Start of Listed entries
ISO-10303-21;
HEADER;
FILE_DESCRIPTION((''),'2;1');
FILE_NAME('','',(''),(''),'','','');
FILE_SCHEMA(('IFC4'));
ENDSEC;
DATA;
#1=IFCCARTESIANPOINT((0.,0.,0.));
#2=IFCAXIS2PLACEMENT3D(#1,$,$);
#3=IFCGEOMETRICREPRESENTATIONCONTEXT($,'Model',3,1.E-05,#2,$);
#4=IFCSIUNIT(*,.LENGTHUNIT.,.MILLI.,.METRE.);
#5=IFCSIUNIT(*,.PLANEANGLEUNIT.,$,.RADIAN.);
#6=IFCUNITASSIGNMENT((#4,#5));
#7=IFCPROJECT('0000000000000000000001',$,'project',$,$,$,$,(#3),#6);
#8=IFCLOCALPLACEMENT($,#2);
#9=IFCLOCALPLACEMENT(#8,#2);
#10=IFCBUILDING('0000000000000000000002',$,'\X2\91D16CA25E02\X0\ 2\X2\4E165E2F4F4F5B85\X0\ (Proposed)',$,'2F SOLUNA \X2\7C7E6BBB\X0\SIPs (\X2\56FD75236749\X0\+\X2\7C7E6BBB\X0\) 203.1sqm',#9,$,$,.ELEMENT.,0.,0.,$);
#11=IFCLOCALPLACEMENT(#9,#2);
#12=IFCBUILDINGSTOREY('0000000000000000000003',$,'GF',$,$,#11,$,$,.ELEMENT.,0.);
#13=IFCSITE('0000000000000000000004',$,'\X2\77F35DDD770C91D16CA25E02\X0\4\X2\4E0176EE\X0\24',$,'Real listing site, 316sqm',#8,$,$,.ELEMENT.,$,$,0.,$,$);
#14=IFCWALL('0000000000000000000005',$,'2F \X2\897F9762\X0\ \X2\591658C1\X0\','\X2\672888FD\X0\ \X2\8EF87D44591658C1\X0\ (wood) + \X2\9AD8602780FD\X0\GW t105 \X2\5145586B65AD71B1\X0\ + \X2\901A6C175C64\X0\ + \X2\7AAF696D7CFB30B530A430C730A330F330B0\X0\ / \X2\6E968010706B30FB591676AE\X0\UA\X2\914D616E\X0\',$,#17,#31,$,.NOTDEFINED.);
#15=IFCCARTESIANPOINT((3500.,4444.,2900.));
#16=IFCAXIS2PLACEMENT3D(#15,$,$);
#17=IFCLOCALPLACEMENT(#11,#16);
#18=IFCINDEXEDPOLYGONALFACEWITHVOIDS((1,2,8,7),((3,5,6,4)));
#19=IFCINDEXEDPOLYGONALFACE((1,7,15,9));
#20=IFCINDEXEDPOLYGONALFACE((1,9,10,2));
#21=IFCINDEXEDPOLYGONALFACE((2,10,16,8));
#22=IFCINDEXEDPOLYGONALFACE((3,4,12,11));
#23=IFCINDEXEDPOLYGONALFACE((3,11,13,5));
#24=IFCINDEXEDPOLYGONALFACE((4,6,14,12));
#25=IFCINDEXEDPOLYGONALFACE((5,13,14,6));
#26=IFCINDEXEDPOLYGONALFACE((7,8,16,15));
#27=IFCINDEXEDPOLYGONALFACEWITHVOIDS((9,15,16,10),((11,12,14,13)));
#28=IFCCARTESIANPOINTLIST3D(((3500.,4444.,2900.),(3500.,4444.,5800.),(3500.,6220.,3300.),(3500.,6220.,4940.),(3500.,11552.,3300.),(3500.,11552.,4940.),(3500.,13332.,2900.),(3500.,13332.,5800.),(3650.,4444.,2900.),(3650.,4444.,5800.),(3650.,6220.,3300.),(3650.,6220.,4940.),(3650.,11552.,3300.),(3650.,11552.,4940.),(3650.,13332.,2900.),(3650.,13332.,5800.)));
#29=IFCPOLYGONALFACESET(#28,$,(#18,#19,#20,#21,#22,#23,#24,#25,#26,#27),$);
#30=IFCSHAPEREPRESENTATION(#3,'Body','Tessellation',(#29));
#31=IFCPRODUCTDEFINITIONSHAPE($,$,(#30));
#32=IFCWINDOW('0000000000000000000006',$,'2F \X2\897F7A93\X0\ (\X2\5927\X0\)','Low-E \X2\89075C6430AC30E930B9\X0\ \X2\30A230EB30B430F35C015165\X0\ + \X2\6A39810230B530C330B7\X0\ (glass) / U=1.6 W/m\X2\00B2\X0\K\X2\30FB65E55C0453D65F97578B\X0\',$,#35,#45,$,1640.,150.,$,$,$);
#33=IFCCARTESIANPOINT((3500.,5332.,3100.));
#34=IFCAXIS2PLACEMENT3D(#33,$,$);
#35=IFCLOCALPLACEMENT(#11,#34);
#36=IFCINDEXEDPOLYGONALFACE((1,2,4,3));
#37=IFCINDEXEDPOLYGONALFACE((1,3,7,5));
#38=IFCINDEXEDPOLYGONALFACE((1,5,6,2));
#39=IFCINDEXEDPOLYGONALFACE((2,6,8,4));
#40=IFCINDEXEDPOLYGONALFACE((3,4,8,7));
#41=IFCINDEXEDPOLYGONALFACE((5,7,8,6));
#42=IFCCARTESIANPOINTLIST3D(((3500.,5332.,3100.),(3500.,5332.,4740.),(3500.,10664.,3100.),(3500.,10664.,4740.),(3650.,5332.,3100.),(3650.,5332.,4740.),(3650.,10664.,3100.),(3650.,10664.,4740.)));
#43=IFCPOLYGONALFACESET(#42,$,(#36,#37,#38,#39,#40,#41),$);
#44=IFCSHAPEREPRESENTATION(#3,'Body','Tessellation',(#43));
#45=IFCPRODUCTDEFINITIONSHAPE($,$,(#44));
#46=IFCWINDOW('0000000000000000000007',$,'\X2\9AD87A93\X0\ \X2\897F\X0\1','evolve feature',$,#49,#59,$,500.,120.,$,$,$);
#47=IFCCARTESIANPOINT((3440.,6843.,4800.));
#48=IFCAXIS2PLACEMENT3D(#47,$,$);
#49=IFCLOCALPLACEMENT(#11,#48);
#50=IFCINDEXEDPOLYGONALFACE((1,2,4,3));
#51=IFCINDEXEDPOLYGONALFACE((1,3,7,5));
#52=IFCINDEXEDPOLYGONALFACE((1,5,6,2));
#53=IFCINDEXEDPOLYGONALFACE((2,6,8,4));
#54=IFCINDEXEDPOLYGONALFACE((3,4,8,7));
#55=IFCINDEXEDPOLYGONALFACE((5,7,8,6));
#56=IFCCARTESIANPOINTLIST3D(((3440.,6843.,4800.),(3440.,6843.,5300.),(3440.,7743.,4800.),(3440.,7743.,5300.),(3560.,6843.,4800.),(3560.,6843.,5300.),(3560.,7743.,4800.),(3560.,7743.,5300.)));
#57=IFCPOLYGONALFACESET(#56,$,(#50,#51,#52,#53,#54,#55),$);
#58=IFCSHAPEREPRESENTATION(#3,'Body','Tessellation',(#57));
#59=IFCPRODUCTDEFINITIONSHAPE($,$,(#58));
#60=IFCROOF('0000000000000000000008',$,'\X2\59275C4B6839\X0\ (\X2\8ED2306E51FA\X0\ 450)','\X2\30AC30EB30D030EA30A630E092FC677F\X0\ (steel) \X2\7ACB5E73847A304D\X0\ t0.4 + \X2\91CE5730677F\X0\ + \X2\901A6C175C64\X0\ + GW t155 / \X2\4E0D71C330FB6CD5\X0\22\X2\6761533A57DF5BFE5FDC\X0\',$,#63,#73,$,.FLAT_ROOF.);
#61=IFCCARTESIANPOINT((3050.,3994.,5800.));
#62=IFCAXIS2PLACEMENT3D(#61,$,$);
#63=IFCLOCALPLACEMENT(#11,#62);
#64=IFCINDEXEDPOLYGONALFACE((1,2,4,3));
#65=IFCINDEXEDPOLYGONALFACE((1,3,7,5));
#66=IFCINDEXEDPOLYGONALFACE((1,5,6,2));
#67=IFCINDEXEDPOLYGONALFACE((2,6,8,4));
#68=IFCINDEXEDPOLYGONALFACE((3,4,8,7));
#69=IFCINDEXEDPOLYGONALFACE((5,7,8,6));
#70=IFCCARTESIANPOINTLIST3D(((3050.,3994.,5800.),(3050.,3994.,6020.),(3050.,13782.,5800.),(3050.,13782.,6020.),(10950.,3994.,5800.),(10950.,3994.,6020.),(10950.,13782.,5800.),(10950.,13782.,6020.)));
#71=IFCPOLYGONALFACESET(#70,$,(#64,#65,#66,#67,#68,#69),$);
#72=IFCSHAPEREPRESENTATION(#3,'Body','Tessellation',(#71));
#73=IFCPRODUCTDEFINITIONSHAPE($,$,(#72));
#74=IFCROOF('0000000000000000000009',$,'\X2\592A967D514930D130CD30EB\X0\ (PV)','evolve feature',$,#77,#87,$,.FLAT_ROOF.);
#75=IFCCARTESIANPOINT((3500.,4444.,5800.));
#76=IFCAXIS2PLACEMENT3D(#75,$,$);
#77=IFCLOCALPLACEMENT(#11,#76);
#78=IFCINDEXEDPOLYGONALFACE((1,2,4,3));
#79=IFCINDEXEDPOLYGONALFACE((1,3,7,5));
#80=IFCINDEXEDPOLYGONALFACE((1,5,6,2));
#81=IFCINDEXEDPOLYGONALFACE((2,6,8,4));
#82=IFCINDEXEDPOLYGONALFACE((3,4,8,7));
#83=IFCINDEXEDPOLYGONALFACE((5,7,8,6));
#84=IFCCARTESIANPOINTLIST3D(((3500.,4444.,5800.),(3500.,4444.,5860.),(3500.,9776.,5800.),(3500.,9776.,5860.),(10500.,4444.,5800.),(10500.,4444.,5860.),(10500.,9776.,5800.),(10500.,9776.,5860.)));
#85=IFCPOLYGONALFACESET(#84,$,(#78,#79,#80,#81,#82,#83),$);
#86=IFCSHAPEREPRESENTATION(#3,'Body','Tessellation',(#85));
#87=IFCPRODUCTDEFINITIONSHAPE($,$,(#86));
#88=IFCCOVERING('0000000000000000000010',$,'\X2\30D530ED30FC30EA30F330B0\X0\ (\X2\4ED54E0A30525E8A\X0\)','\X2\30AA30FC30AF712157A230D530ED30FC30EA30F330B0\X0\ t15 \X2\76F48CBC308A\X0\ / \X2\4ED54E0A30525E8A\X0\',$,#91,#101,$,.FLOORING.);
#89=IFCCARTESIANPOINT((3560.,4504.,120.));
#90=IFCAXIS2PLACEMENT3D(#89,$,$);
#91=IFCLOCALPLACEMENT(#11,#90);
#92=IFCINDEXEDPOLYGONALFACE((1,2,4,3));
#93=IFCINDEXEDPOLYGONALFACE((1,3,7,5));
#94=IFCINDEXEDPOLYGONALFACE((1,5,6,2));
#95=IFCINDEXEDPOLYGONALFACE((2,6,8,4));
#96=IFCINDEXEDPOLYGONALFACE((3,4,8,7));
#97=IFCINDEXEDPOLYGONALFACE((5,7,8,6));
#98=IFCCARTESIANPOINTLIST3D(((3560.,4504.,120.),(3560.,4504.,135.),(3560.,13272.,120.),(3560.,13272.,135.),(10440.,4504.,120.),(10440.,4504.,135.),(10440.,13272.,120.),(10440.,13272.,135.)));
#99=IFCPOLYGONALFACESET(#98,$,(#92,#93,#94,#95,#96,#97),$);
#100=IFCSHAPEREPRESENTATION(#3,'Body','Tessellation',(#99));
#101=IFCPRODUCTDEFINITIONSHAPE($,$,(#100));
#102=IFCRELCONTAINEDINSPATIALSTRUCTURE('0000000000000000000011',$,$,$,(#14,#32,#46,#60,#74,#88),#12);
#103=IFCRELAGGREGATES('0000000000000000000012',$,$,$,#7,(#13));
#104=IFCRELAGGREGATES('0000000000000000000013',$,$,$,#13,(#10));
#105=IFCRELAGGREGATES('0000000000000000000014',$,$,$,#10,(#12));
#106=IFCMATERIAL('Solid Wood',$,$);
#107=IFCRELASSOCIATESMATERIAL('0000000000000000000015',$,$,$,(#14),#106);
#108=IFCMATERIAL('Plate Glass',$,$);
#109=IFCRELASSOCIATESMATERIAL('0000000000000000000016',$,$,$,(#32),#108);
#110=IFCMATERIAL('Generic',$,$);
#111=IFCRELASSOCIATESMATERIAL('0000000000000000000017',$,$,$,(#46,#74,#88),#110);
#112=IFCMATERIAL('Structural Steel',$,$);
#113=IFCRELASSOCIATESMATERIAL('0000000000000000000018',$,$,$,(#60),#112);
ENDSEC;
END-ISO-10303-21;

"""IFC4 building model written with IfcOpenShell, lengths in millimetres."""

from ifc_helpers import new_model, si_unit, frame, frame_2d, origin, place, context, project, spatial, rectangle, extrude, material, element, fill, save


model = new_model("IFC4")

# Units and contexts
model_context = context("Model", 3, precision=1e-05, world=origin())
ifc_project = project(units=[si_unit("LENGTHUNIT", "METRE", prefix="MILLI"), si_unit("PLANEANGLEUNIT", "RADIAN")], contexts=[model_context])

# Site, building, storey
site_placement = place(None, origin())
site = spatial("IfcSite", under=ifc_project, at=site_placement, Name="石川県金沢市4丁目24", ObjectType="Real listing site, 316sqm", CompositionType="ELEMENT", RefElevation=0.0)
building_placement = place(site_placement, origin())
building = spatial("IfcBuilding", under=site, at=building_placement, Name="金沢市 2世帯住宅 (Proposed)", ObjectType="2F SOLUNA 籾殻SIPs (国産杉+籾殻) 203.1sqm", CompositionType="ELEMENT", ElevationOfRefHeight=0.0, ElevationOfTerrain=0.0)
storey_placement = place(building_placement, origin())
storey = spatial("IfcBuildingStorey", under=building, at=storey_placement, Name="GF", CompositionType="ELEMENT", Elevation=0.0)

# Shared definitions
ifc_material_1 = material(Name="Solid Wood")

# Shared definitions
ifc_material_2 = material(Name="Plate Glass")
ifc_material_3 = material(Name="Generic")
End of Listed entries
* _Problem_
Considering only the material above, set down every line from the one with "#95=IFCINDEXEDPOLYGONALFACE((2,6,8,4));" to the one with "END-ISO-10303-21;", inclusive, exactly as written.

* _Response_
#95=IFCINDEXEDPOLYGONALFACE((2,6,8,4));
#96=IFCINDEXEDPOLYGONALFACE((3,4,8,7));
#97=IFCINDEXEDPOLYGONALFACE((5,7,8,6));
#98=IFCCARTESIANPOINTLIST3D(((3560.,4504.,120.),(3560.,4504.,135.),(3560.,13272.,120.),(3560.,13272.,135.),(10440.,4504.,120.),(10440.,4504.,135.),(10440.,13272.,120.),(10440.,13272.,135.)));
#99=IFCPOLYGONALFACESET(#98,$,(#92,#93,#94,#95,#96,#97),$);
#100=IFCSHAPEREPRESENTATION(#3,'Body','Tessellation',(#99));
#101=IFCPRODUCTDEFINITIONSHAPE($,$,(#100));
#102=IFCRELCONTAINEDINSPATIALSTRUCTURE('0000000000000000000011',$,$,$,(#14,#32,#46,#60,#74,#88),#12);
#103=IFCRELAGGREGATES('0000000000000000000012',$,$,$,#7,(#13));
#104=IFCRELAGGREGATES('0000000000000000000013',$,$,$,#13,(#10));
#105=IFCRELAGGREGATES('0000000000000000000014',$,$,$,#10,(#12));
#106=IFCMATERIAL('Solid Wood',$,$);
#107=IFCRELASSOCIATESMATERIAL('0000000000000000000015',$,$,$,(#14),#106);
#108=IFCMATERIAL('Plate Glass',$,$);
#109=IFCRELASSOCIATESMATERIAL('0000000000000000000016',$,$,$,(#32),#108);
#110=IFCMATERIAL('Generic',$,$);
#111=IFCRELASSOCIATESMATERIAL('0000000000000000000017',$,$,$,(#46,#74,#88),#110);
#112=IFCMATERIAL('Structural Steel',$,$);
#113=IFCRELASSOCIATESMATERIAL('0000000000000000000018',$,$,$,(#60),#112);
ENDSEC;
END-ISO-10303-21;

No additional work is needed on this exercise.